- Opening Delimiter -

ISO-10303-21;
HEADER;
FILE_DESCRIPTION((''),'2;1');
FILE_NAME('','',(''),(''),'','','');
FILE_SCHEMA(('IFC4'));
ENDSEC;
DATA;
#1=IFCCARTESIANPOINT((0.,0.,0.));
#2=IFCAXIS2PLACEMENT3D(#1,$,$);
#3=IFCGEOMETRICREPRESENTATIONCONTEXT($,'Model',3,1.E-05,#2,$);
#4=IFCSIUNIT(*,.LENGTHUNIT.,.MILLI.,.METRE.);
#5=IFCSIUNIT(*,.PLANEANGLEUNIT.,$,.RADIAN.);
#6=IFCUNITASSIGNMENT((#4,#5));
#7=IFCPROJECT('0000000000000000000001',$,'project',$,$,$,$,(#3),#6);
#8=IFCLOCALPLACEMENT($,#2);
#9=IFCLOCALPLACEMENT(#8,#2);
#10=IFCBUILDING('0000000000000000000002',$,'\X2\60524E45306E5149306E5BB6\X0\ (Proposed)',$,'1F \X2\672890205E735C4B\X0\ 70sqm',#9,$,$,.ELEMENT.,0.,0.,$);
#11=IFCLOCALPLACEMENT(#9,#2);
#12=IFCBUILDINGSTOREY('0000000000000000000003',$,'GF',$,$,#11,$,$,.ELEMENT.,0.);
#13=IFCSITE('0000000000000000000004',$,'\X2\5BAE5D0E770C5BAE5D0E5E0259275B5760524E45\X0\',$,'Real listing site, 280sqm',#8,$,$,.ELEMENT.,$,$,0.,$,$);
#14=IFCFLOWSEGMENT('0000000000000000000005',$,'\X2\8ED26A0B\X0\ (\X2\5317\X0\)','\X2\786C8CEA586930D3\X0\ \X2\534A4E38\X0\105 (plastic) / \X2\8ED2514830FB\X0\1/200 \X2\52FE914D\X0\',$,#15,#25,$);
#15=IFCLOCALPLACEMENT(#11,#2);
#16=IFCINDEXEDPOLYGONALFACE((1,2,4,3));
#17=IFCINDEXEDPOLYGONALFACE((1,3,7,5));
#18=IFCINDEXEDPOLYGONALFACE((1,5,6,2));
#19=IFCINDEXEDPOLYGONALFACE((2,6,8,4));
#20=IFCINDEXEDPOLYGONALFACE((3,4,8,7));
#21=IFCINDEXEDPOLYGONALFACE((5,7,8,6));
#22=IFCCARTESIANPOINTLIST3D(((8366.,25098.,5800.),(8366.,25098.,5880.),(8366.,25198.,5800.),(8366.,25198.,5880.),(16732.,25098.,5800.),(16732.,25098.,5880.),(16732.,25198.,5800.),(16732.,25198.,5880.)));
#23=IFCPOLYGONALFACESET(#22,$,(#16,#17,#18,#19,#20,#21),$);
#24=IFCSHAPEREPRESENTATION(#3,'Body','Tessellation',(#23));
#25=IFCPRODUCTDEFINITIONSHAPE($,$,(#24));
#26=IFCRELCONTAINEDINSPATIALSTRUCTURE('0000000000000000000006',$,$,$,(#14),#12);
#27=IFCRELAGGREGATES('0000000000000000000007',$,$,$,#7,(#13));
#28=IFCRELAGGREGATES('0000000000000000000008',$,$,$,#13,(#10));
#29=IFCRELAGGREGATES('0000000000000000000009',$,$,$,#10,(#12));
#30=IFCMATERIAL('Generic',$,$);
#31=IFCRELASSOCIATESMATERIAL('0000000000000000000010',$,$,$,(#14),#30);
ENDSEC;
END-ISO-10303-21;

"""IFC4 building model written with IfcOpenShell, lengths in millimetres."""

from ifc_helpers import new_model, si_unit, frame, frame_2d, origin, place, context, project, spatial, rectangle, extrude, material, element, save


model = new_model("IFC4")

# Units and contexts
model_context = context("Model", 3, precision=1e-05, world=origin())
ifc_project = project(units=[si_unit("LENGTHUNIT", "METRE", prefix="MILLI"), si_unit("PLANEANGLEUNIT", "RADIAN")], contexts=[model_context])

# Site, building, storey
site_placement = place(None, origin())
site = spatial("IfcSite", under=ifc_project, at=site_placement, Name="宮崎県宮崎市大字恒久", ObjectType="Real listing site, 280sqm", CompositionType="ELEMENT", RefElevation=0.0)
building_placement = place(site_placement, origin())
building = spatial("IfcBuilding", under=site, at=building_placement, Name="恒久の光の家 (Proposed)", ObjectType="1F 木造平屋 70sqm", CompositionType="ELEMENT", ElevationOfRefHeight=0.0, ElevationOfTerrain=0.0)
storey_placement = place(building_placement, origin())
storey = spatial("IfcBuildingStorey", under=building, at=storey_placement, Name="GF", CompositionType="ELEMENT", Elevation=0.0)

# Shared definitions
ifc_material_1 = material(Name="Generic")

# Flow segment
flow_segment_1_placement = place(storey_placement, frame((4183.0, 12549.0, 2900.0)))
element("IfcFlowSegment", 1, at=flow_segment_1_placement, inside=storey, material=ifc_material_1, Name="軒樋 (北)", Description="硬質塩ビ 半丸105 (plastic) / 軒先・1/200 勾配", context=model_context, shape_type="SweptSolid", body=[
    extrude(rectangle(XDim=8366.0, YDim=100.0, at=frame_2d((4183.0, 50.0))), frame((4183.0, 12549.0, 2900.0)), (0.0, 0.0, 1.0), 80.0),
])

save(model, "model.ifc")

- Closing Delimiter -

In full and exactly as written, repeat the data.

* Exercise result *
ISO-10303-21;
HEADER;
FILE_DESCRIPTION((''),'2;1');
FILE_NAME('','',(''),(''),'','','');
FILE_SCHEMA(('IFC4'));
ENDSEC;
DATA;
#1=IFCCARTESIANPOINT((0.,0.,0.));
#2=IFCAXIS2PLACEMENT3D(#1,$,$);
#3=IFCGEOMETRICREPRESENTATIONCONTEXT($,'Model',3,1.E-05,#2,$);
#4=IFCSIUNIT(*,.LENGTHUNIT.,.MILLI.,.METRE.);
#5=IFCSIUNIT(*,.PLANEANGLEUNIT.,$,.RADIAN.);
#6=IFCUNITASSIGNMENT((#4,#5));
#7=IFCPROJECT('0000000000000000000001',$,'project',$,$,$,$,(#3),#6);
#8=IFCLOCALPLACEMENT($,#2);
#9=IFCLOCALPLACEMENT(#8,#2);
#10=IFCBUILDING('0000000000000000000002',$,'\X2\60524E45306E5149306E5BB6\X0\ (Proposed)',$,'1F \X2\672890205E735C4B\X0\ 70sqm',#9,$,$,.ELEMENT.,0.,0.,$);
#11=IFCLOCALPLACEMENT(#9,#2);
#12=IFCBUILDINGSTOREY('0000000000000000000003',$,'GF',$,$,#11,$,$,.ELEMENT.,0.);
#13=IFCSITE('0000000000000000000004',$,'\X2\5BAE5D0E770C5BAE5D0E5E0259275B5760524E45\X0\',$,'Real listing site, 280sqm',#8,$,$,.ELEMENT.,$,$,0.,$,$);
#14=IFCFLOWSEGMENT('0000000000000000000005',$,'\X2\8ED26A0B\X0\ (\X2\5317\X0\)','\X2\786C8CEA586930D3\X0\ \X2\534A4E38\X0\105 (plastic) / \X2\8ED2514830FB\X0\1/200 \X2\52FE914D\X0\',$,#15,#25,$);
#15=IFCLOCALPLACEMENT(#11,#2);
#16=IFCINDEXEDPOLYGONALFACE((1,2,4,3));
#17=IFCINDEXEDPOLYGONALFACE((1,3,7,5));
#18=IFCINDEXEDPOLYGONALFACE((1,5,6,2));
#19=IFCINDEXEDPOLYGONALFACE((2,6,8,4));
#20=IFCINDEXEDPOLYGONALFACE((3,4,8,7));
#21=IFCINDEXEDPOLYGONALFACE((5,7,8,6));
#22=IFCCARTESIANPOINTLIST3D(((8366.,25098.,5800.),(8366.,25098.,5880.),(8366.,25198.,5800.),(8366.,25198.,5880.),(16732.,25098.,5800.),(16732.,25098.,5880.),(16732.,25198.,5800.),(16732.,25198.,5880.)));
#23=IFCPOLYGONALFACESET(#22,$,(#16,#17,#18,#19,#20,#21),$);
#24=IFCSHAPEREPRESENTATION(#3,'Body','Tessellation',(#23));
#25=IFCPRODUCTDEFINITIONSHAPE($,$,(#24));
#26=IFCRELCONTAINEDINSPATIALSTRUCTURE('0000000000000000000006',$,$,$,(#14),#12);
#27=IFCRELAGGREGATES('0000000000000000000007',$,$,$,#7,(#13));
#28=IFCRELAGGREGATES('0000000000000000000008',$,$,$,#13,(#10));
#29=IFCRELAGGREGATES('0000000000000000000009',$,$,$,#10,(#12));
#30=IFCMATERIAL('Generic',$,$);
#31=IFCRELASSOCIATESMATERIAL('0000000000000000000010',$,$,$,(#14),#30);
ENDSEC;
END-ISO-10303-21;

"""IFC4 building model written with IfcOpenShell, lengths in millimetres."""

from ifc_helpers import new_model, si_unit, frame, frame_2d, origin, place, context, project, spatial, rectangle, extrude, material, element, save


model = new_model("IFC4")

# Units and contexts
model_context = context("Model", 3, precision=1e-05, world=origin())
ifc_project = project(units=[si_unit("LENGTHUNIT", "METRE", prefix="MILLI"), si_unit("PLANEANGLEUNIT", "RADIAN")], contexts=[model_context])

# Site, building, storey
site_placement = place(None, origin())
site = spatial("IfcSite", under=ifc_project, at=site_placement, Name="宮崎県宮崎市大字恒久", ObjectType="Real listing site, 280sqm", CompositionType="ELEMENT", RefElevation=0.0)
building_placement = place(site_placement, origin())
building = spatial("IfcBuilding", under=site, at=building_placement, Name="恒久の光の家 (Proposed)", ObjectType="1F 木造平屋 70sqm", CompositionType="ELEMENT", ElevationOfRefHeight=0.0, ElevationOfTerrain=0.0)
storey_placement = place(building_placement, origin())
storey = spatial("IfcBuildingStorey", under=building, at=storey_placement, Name="GF", CompositionType="ELEMENT", Elevation=0.0)

# Shared definitions
ifc_material_1 = material(Name="Generic")

# Flow segment
flow_segment_1_placement = place(storey_placement, frame((4183.0, 12549.0, 2900.0)))
element("IfcFlowSegment", 1, at=flow_segment_1_placement, inside=storey, material=ifc_material_1, Name="軒樋 (北)", Description="硬質塩ビ 半丸105 (plastic) / 軒先・1/200 勾配", context=model_context, shape_type="SweptSolid", body=[
    extrude(rectangle(XDim=8366.0, YDim=100.0, at=frame_2d((4183.0, 50.0))), frame((4183.0, 12549.0, 2900.0)), (0.0, 0.0, 1.0), 80.0),
])

save(model, "model.ifc")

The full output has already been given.